/gptj-model-server

Production http server for our finetuned gpt-j model gptj-title-teaser-10k.

Primary LanguagePythonMIT LicenseMIT

GPTJ Model Server

This repo provides the code for serving our finetuned gptj-title-teaser-10k model in production using a simple HTTP server.

NOTE: There is an even faster server for this model, built with the Potassium framework. Please use the Potassium Server for optimal performance.

GitHub

Quickstart:

Curious to get your hand on our finetuned gpt-j model for title and teaser generation?

You can check it out with docker:

  1. Run docker build -t gptj-title-teaser-10k . && docker run -it gptj-title-teaser-10k to build and run the docker container.

Or you can check it out manually:

  1. Run pip3 install -r requirements.txt to download dependencies.
  2. Run python3 server.py to start the server.
  3. Run python3 test.py in a different terminal session to test against it.
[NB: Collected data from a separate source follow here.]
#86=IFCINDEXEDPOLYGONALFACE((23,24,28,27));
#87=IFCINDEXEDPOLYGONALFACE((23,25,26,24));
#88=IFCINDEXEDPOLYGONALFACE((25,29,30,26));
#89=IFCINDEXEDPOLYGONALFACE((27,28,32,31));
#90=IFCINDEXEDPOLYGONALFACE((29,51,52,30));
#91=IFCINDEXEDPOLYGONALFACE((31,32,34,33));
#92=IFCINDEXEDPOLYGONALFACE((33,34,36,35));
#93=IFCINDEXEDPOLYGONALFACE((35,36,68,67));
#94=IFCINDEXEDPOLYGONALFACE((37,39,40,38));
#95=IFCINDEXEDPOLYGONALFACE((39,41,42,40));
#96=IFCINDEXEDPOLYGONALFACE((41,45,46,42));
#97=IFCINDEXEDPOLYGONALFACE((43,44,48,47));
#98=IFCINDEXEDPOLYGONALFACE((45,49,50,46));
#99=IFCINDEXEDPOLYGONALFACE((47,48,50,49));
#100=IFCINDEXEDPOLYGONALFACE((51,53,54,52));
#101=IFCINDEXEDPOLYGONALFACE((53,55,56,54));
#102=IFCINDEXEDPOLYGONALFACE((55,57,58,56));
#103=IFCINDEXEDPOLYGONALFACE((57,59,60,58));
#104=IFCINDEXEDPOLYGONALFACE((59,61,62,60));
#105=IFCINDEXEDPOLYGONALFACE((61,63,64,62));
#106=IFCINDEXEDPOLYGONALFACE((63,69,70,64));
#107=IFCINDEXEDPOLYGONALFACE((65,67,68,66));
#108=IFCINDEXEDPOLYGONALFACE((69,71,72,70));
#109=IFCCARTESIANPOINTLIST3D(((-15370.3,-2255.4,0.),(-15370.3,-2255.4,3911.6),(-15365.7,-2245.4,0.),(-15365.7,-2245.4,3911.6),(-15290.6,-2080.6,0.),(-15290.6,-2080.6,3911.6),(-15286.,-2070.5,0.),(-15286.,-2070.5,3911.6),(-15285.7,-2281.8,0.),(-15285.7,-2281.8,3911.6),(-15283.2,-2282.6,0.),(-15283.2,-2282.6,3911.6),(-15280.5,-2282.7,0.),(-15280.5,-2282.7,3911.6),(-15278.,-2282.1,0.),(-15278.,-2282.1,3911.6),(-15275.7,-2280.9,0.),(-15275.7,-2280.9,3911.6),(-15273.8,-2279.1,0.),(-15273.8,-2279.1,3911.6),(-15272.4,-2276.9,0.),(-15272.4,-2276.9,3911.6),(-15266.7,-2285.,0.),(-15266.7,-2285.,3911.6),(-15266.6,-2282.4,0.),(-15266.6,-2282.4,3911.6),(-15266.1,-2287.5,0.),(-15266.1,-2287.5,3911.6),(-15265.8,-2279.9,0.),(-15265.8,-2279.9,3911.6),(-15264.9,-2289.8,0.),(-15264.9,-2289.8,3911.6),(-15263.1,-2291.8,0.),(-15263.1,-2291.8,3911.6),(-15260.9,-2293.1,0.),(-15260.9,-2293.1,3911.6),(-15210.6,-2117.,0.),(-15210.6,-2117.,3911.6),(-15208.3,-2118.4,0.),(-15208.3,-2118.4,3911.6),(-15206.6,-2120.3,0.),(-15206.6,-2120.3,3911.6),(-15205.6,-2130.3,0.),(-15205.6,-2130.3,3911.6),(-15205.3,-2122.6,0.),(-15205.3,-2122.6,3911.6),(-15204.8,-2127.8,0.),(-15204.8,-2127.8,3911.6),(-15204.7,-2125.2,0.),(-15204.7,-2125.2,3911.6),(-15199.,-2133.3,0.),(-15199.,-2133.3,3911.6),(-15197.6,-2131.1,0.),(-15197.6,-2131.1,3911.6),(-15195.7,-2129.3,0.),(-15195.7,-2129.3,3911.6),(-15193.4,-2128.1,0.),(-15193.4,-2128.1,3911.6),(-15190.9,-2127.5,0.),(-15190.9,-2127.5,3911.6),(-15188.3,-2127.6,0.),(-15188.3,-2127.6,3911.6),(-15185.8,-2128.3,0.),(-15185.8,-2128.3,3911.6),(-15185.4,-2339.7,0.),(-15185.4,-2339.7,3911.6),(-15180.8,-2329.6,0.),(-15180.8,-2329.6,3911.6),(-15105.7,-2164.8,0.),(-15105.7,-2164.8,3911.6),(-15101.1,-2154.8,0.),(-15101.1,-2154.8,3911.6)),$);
Note: Model requires a GPU with ~ 12GB memory for generation!

Overview:

  1. app.py contains the code to load and run the model for inference.
  2. You can run a simple test with test.py!

if deploying using Docker:

  1. download.py is a script to download our finetuned model weights at build time.

Production:

This repo provides you with a functioning http server for our finetuned gptj-title-teaser-10k model. You can use it as is, or package it up with our provided Dockerfile and deploy it to your favorite container hosting provider!
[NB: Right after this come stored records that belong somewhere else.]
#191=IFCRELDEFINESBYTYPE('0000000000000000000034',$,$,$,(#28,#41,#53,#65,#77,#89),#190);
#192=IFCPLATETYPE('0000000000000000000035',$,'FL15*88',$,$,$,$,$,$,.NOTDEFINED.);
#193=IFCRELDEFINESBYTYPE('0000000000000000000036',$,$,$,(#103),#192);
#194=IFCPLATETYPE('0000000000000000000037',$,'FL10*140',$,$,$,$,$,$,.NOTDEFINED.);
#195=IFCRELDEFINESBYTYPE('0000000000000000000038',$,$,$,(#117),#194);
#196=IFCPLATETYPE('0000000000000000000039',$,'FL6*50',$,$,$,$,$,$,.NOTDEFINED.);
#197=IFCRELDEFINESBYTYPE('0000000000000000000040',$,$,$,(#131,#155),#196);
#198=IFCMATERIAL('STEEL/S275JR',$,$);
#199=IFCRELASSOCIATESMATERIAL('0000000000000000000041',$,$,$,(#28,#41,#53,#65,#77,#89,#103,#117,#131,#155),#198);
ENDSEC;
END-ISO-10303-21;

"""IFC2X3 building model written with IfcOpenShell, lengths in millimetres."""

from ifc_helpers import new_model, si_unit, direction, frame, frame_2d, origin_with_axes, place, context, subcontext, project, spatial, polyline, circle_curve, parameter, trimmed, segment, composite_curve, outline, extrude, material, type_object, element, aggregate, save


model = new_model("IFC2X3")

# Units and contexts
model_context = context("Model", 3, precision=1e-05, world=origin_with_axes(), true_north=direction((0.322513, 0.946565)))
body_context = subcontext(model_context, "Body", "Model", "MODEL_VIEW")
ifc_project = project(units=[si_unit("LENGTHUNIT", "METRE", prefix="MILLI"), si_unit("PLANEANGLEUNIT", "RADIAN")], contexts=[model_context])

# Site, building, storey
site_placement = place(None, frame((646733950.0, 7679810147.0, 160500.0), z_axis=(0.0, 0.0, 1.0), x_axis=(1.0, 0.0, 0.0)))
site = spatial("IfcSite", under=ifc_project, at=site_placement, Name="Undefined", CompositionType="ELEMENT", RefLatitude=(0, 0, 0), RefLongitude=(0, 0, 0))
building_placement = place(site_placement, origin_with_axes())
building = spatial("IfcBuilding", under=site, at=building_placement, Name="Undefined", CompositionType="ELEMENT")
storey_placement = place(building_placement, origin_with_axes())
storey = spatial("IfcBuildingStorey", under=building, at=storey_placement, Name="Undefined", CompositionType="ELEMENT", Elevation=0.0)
We are currently running this code on Banana, where you can get 1 hour of model hosting for free. Feel free to choose a different hosting provider. In the following section we provide instructions for deployment with Banana.

🍌

To deploy to Banana Serverless:

  • Fork this repo
  • Log in to the Banana App
  • Select your forked repo for deploy

It'll then be built from the dockerfile, optimized, then deployed on Banana Serverless GPU cluster.
You can monitor buildtime and runtime logs by clicking the logs button in the model view on the Banana Dashboard.

Demo Integration:

When build and optimization finished successfully you will find your credentials printed in the build logs.

Your model was updated and is now deployed!
It is runnable with the same credentials:

API_KEY=Your-Personal-Api-Key
MODEL_KEY=Your-Personal-Model-Key

You need these keys to hook up the web app with the model.
To setup the frontend follow the instructions in the web-app repository.